Go through the records below and return each line that has "NOTDEFINED" in it.

### Record excerpts ###

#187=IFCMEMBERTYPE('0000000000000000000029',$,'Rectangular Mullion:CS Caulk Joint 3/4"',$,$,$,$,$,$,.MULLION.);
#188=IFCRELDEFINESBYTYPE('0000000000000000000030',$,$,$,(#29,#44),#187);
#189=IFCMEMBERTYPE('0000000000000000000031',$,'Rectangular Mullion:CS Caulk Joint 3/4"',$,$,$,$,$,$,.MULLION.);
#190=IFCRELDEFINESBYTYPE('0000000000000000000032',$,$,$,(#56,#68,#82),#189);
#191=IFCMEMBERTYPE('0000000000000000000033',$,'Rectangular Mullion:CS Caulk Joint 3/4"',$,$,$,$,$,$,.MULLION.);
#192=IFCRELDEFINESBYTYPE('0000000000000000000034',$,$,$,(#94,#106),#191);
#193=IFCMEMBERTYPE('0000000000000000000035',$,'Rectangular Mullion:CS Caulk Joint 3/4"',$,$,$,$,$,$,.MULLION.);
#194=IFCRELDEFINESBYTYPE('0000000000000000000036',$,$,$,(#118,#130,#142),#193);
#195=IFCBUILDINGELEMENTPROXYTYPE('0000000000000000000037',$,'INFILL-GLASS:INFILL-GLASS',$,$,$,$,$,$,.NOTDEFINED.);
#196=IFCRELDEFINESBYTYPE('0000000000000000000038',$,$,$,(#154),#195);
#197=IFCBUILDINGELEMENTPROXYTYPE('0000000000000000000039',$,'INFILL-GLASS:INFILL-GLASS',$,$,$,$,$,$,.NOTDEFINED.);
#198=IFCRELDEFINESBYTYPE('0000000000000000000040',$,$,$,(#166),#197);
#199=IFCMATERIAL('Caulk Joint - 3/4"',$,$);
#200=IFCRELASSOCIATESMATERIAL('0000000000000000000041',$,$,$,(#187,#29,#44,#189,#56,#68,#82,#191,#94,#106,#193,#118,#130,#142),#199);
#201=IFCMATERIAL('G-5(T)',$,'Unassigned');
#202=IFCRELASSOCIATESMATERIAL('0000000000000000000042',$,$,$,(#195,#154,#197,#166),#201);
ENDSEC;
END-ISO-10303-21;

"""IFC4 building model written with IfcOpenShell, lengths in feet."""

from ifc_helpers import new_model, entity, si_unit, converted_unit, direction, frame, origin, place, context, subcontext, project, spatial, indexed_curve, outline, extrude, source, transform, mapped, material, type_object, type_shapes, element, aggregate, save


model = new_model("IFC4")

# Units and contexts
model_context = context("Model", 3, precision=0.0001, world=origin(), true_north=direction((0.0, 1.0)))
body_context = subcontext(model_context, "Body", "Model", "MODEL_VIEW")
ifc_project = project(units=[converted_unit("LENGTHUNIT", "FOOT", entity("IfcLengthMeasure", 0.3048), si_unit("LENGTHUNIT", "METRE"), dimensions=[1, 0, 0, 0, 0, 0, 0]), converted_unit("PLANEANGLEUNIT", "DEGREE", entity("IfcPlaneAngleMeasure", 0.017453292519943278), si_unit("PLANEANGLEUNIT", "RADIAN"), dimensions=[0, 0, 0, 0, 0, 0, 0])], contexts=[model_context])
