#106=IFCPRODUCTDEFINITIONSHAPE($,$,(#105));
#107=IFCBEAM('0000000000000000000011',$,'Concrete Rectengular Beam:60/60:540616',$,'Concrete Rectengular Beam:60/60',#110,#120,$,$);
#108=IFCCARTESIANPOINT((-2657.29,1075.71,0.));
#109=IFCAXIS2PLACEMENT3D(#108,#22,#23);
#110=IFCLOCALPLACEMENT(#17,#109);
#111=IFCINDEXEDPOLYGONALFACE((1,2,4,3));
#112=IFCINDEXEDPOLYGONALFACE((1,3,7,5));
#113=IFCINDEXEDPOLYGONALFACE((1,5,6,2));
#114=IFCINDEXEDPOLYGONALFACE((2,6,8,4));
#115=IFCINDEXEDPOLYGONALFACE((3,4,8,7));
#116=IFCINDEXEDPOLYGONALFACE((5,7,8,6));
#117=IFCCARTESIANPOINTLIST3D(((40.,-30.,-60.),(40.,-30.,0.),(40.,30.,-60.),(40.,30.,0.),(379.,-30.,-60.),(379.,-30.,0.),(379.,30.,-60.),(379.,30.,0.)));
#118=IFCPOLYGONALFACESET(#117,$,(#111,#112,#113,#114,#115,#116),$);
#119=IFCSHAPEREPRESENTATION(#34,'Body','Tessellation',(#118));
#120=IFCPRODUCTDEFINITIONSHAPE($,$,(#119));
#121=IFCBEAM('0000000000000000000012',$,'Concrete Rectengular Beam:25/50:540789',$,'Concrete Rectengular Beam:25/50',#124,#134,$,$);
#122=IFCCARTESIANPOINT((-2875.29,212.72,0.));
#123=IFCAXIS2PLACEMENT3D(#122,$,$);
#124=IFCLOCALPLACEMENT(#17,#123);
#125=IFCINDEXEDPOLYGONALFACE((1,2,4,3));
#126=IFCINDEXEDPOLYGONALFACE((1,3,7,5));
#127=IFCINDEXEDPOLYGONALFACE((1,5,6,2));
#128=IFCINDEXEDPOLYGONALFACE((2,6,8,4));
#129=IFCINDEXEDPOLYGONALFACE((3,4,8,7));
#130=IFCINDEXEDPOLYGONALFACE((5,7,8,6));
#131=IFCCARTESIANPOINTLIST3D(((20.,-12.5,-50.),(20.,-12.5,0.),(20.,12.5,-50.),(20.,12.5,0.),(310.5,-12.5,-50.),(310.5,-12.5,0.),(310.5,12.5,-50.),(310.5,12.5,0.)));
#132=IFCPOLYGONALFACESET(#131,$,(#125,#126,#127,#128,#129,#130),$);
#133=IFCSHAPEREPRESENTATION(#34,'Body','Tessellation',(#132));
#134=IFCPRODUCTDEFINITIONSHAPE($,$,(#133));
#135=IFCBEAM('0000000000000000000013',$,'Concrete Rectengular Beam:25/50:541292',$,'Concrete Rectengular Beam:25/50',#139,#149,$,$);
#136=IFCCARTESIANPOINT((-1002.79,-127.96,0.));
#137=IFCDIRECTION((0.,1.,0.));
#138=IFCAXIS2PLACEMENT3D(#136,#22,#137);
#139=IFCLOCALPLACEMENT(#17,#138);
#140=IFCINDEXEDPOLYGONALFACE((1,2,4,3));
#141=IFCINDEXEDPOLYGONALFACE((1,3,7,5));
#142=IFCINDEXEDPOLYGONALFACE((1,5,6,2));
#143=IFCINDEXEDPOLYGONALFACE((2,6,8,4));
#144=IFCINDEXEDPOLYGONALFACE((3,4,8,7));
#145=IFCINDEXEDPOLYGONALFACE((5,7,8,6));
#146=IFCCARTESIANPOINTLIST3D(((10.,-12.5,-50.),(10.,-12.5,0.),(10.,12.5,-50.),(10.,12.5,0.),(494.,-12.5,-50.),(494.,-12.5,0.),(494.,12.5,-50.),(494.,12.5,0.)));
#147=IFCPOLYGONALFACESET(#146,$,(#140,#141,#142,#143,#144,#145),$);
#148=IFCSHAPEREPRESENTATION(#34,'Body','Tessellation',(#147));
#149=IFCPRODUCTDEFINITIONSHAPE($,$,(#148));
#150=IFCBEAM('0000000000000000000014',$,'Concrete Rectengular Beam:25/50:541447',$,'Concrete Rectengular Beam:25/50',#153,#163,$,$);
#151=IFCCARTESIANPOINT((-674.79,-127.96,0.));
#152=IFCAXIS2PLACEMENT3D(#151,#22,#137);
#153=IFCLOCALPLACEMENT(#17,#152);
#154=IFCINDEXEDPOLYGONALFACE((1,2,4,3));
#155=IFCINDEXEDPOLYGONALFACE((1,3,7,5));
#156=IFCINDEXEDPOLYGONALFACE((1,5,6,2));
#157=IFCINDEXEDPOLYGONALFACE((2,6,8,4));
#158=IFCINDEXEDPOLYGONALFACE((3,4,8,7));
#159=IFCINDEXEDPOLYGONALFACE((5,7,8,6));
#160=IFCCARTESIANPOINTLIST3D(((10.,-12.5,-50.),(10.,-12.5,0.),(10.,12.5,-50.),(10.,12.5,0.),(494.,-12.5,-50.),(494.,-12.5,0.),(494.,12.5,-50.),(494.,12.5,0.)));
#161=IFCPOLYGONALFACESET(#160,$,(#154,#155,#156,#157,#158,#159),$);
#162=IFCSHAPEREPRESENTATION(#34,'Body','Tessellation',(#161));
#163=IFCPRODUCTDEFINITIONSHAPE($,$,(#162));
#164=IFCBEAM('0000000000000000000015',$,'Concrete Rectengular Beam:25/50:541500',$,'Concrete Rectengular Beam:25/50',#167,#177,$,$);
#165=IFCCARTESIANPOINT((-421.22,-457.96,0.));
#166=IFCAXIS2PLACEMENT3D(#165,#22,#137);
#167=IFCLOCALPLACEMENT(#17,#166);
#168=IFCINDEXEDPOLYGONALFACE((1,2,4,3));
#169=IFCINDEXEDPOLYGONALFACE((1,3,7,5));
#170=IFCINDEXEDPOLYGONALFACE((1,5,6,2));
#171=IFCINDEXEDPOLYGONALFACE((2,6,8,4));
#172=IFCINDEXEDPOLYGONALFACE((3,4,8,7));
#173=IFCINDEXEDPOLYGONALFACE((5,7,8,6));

###

## Written answer
#195=IFCBUILDINGELEMENTPROXYTYPE('0000000000000000000037',$,'INFILL-GLASS:INFILL-GLASS',$,$,$,$,$,$,.NOTDEFINED.);
#197=IFCBUILDINGELEMENTPROXYTYPE('0000000000000000000039',$,'INFILL-GLASS:INFILL-GLASS',$,$,$,$,$,$,.NOTDEFINED.);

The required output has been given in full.